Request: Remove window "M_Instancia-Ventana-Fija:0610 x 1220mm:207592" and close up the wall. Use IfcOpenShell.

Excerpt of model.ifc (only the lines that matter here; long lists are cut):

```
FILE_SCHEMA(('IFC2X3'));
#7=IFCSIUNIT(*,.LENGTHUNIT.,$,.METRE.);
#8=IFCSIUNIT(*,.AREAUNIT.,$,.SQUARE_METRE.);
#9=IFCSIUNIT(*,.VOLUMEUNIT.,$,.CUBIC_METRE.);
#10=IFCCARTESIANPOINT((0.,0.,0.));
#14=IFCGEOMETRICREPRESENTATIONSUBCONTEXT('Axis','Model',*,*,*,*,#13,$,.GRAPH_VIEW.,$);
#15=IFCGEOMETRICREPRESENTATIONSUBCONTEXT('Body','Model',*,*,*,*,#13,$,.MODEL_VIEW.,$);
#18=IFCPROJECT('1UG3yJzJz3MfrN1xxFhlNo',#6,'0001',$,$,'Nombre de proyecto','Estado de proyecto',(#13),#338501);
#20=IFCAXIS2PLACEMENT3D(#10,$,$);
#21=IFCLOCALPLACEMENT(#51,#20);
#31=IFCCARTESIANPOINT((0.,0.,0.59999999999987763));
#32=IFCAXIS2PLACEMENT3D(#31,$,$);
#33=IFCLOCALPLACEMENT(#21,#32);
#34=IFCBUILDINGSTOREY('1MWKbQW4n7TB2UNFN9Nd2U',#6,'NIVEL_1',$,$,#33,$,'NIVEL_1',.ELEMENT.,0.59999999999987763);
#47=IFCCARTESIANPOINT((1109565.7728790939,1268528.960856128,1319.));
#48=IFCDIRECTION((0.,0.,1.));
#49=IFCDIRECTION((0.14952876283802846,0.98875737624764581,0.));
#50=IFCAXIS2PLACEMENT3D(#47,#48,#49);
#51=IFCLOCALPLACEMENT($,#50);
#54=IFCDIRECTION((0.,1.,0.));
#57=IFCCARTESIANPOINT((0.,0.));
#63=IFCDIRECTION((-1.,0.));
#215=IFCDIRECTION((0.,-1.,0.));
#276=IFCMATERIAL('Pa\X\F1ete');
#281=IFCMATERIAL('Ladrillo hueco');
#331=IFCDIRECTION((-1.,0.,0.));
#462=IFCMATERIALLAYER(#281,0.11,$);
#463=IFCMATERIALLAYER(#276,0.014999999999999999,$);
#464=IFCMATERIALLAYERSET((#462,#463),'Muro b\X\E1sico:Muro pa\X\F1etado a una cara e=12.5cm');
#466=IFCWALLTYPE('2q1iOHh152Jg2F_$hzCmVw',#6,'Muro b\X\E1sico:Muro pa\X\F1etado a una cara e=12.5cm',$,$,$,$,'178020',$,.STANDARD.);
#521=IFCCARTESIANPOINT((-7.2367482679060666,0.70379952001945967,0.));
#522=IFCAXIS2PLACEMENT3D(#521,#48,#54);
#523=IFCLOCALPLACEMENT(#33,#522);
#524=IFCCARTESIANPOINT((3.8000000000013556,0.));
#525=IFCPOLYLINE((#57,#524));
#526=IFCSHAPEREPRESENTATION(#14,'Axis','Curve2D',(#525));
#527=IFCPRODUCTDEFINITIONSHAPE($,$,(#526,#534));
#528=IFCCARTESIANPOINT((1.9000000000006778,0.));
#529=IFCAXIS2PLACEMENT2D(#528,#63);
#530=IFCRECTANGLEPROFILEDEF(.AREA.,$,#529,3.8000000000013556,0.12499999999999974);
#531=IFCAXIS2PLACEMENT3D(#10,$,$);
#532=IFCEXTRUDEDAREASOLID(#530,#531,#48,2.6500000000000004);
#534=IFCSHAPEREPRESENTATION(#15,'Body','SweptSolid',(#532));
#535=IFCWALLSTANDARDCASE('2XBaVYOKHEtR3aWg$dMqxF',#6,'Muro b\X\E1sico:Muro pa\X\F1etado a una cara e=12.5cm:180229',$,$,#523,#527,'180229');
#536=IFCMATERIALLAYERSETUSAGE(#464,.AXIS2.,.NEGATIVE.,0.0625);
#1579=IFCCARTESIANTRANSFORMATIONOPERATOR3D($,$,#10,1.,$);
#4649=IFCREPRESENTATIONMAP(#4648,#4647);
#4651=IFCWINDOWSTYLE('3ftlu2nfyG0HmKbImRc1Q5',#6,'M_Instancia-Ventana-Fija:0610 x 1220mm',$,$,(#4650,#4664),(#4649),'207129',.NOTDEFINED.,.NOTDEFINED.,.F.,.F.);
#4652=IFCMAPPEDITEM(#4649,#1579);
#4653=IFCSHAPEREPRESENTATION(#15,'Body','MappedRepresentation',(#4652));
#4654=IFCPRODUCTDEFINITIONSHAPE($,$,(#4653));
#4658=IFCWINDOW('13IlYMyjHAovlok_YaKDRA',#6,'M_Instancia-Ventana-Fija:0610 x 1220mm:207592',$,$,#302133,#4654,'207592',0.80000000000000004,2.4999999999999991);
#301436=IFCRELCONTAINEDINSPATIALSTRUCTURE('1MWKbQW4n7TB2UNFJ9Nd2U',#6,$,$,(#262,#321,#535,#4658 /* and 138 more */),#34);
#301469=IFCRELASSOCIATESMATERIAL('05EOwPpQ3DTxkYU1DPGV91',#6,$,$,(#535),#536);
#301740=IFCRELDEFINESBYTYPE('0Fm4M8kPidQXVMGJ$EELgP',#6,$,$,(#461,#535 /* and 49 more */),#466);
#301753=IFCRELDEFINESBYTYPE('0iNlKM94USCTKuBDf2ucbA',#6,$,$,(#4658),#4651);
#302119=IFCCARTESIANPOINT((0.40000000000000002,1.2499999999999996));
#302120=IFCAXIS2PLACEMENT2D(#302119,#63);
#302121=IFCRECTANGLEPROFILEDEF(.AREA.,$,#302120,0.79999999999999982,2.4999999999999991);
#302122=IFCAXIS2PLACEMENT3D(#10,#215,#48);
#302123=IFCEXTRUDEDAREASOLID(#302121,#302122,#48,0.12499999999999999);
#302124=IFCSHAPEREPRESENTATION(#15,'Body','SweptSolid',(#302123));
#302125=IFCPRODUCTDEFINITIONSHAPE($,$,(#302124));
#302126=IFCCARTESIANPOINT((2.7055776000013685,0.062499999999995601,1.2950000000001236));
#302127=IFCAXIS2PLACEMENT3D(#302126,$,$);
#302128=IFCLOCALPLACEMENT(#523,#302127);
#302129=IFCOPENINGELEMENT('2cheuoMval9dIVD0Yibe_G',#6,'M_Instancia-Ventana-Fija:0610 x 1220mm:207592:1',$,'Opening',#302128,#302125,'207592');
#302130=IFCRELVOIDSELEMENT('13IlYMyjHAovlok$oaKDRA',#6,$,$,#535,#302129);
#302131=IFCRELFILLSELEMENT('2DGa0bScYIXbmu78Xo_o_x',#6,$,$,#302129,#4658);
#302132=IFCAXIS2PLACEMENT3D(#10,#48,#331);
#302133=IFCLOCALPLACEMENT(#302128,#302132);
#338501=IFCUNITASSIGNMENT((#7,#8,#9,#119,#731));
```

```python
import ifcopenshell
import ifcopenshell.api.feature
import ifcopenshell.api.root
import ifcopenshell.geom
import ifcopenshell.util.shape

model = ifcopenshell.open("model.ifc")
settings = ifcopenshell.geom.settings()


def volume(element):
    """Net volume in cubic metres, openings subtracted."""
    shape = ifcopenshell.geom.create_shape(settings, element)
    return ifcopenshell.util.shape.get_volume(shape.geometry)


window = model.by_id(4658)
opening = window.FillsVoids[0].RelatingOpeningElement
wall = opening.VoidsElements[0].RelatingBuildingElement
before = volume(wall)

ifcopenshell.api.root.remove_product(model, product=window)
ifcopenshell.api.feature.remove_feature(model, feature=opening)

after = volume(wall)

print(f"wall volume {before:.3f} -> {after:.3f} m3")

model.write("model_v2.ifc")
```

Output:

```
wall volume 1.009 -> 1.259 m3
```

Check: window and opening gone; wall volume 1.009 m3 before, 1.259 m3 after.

================================

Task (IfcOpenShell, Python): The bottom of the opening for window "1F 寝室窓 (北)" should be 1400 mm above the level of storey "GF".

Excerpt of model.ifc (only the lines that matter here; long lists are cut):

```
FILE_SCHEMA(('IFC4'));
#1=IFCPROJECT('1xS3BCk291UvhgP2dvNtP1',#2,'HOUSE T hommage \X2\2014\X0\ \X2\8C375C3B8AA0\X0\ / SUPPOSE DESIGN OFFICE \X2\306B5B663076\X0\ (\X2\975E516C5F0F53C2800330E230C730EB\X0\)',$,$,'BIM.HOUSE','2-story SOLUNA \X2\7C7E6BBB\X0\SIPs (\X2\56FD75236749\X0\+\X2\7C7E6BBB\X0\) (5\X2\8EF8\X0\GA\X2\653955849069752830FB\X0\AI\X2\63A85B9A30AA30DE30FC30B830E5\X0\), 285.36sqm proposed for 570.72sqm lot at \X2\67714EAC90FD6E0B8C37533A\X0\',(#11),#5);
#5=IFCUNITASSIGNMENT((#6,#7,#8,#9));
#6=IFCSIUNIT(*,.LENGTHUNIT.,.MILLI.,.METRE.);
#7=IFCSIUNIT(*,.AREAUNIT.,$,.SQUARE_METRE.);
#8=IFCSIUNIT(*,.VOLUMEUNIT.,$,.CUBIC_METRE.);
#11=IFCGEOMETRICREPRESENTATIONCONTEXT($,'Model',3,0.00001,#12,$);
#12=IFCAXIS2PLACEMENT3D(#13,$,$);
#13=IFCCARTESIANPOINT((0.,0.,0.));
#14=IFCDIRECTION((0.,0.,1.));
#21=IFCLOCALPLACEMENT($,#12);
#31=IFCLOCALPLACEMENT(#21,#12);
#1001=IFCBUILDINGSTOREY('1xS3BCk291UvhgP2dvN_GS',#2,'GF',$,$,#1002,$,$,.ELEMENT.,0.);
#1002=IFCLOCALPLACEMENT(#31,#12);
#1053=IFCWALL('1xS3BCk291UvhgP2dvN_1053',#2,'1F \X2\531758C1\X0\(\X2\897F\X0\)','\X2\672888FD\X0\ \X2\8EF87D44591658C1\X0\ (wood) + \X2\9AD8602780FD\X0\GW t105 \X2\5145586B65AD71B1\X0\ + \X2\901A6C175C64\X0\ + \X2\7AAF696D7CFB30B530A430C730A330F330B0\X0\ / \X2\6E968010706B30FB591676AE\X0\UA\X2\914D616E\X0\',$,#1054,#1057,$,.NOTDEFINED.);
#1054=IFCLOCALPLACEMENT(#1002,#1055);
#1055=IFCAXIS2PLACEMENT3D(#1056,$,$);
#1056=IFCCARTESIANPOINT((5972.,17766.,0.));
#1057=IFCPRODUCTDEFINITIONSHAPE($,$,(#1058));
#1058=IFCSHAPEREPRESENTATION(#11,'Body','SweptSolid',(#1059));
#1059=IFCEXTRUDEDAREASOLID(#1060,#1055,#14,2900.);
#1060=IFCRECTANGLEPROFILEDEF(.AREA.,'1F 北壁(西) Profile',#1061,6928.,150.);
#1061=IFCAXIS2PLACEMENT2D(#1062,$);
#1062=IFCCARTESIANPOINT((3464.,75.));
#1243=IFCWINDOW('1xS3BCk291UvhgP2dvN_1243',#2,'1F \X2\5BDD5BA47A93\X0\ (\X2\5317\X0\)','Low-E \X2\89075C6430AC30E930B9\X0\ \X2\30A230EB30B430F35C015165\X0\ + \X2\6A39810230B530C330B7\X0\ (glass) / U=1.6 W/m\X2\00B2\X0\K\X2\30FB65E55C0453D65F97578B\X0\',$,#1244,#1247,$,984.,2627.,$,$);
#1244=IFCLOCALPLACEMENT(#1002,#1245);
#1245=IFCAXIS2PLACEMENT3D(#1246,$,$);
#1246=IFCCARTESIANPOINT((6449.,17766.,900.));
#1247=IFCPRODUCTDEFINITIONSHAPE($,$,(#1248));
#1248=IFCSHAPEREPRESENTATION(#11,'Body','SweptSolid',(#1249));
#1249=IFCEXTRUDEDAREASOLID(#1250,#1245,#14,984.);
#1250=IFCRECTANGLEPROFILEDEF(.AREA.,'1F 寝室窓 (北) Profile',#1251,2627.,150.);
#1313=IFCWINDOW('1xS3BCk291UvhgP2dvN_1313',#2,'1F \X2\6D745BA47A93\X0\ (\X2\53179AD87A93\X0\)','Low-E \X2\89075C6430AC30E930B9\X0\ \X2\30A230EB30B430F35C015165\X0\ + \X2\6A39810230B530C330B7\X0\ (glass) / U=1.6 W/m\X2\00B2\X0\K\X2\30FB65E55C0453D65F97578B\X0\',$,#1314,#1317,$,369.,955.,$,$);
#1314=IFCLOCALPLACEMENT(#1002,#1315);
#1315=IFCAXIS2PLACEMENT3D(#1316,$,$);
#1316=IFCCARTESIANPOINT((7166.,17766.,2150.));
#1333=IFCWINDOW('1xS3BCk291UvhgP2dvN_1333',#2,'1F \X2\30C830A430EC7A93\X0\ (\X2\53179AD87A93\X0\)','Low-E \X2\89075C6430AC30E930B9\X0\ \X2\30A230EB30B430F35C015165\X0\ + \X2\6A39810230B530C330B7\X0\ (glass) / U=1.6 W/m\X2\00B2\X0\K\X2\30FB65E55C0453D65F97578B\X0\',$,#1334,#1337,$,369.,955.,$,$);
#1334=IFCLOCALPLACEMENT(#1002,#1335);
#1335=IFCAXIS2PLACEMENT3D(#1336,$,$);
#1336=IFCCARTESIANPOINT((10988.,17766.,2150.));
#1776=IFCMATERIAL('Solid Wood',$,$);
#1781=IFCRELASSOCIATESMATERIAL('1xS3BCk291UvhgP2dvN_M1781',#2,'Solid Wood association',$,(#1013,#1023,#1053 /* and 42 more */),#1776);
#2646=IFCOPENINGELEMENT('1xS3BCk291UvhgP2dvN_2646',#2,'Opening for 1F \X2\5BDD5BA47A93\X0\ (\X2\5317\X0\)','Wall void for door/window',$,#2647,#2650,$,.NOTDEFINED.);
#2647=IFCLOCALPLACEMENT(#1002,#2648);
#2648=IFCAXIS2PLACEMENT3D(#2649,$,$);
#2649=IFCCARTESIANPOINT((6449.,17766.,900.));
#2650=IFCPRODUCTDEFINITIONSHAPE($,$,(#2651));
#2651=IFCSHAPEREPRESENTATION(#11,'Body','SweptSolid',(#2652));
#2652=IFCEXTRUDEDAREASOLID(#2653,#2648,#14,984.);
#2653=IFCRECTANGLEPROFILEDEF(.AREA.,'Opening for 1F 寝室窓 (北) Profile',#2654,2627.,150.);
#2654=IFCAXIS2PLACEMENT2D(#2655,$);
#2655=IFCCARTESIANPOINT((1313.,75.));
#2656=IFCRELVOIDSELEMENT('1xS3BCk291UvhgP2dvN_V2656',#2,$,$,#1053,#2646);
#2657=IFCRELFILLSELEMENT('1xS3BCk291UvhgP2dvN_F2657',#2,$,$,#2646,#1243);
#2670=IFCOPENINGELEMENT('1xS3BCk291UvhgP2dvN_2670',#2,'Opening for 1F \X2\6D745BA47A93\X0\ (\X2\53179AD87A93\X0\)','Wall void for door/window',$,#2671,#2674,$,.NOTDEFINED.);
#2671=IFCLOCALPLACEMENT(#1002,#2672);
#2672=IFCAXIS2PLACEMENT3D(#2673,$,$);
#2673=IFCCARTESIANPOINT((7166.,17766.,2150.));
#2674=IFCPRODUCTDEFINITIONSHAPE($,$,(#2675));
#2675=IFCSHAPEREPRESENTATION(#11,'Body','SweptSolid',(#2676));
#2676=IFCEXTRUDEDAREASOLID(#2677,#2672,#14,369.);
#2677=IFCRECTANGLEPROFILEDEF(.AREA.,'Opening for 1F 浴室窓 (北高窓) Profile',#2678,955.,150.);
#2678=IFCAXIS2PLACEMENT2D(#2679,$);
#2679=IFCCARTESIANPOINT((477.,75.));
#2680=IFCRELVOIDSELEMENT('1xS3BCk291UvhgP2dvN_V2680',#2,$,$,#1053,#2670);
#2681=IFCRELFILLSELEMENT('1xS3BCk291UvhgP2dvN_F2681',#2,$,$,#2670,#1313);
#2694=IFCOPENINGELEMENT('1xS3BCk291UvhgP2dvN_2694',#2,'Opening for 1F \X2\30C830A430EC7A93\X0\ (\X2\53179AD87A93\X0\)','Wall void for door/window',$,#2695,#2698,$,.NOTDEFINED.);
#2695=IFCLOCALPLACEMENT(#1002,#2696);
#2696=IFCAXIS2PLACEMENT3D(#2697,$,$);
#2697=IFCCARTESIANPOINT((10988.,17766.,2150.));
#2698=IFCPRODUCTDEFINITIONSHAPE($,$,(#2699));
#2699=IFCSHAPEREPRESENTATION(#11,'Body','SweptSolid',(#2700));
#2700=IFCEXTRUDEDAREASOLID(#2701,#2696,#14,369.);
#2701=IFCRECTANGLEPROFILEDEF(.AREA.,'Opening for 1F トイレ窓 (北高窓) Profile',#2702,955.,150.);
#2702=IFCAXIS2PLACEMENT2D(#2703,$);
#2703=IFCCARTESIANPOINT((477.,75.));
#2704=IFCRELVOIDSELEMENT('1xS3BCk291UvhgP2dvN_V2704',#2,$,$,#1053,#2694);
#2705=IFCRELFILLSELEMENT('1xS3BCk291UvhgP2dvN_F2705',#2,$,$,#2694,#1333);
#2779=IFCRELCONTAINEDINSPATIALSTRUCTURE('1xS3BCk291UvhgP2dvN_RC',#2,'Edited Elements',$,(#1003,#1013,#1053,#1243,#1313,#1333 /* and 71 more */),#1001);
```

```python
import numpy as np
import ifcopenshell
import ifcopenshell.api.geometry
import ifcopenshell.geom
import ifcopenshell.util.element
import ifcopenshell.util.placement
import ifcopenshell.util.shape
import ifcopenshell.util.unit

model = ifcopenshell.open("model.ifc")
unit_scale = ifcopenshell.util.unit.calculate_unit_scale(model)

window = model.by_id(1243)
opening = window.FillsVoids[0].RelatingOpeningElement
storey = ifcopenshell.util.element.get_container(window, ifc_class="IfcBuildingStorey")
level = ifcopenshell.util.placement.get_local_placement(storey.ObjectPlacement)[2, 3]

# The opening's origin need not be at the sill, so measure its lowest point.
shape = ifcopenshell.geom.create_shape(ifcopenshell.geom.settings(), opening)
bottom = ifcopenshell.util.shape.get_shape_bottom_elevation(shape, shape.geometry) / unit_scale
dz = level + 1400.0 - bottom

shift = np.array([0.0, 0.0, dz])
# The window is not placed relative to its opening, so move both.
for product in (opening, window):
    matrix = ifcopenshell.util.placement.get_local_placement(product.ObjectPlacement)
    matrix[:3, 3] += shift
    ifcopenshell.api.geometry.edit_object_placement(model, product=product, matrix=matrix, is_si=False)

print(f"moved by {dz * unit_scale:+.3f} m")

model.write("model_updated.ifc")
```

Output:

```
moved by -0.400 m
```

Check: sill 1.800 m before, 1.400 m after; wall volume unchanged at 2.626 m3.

================================

** Required work **
Report how many lines in the data include the word "AREAUNIT". Nothing else is needed.

** Exercise output **
2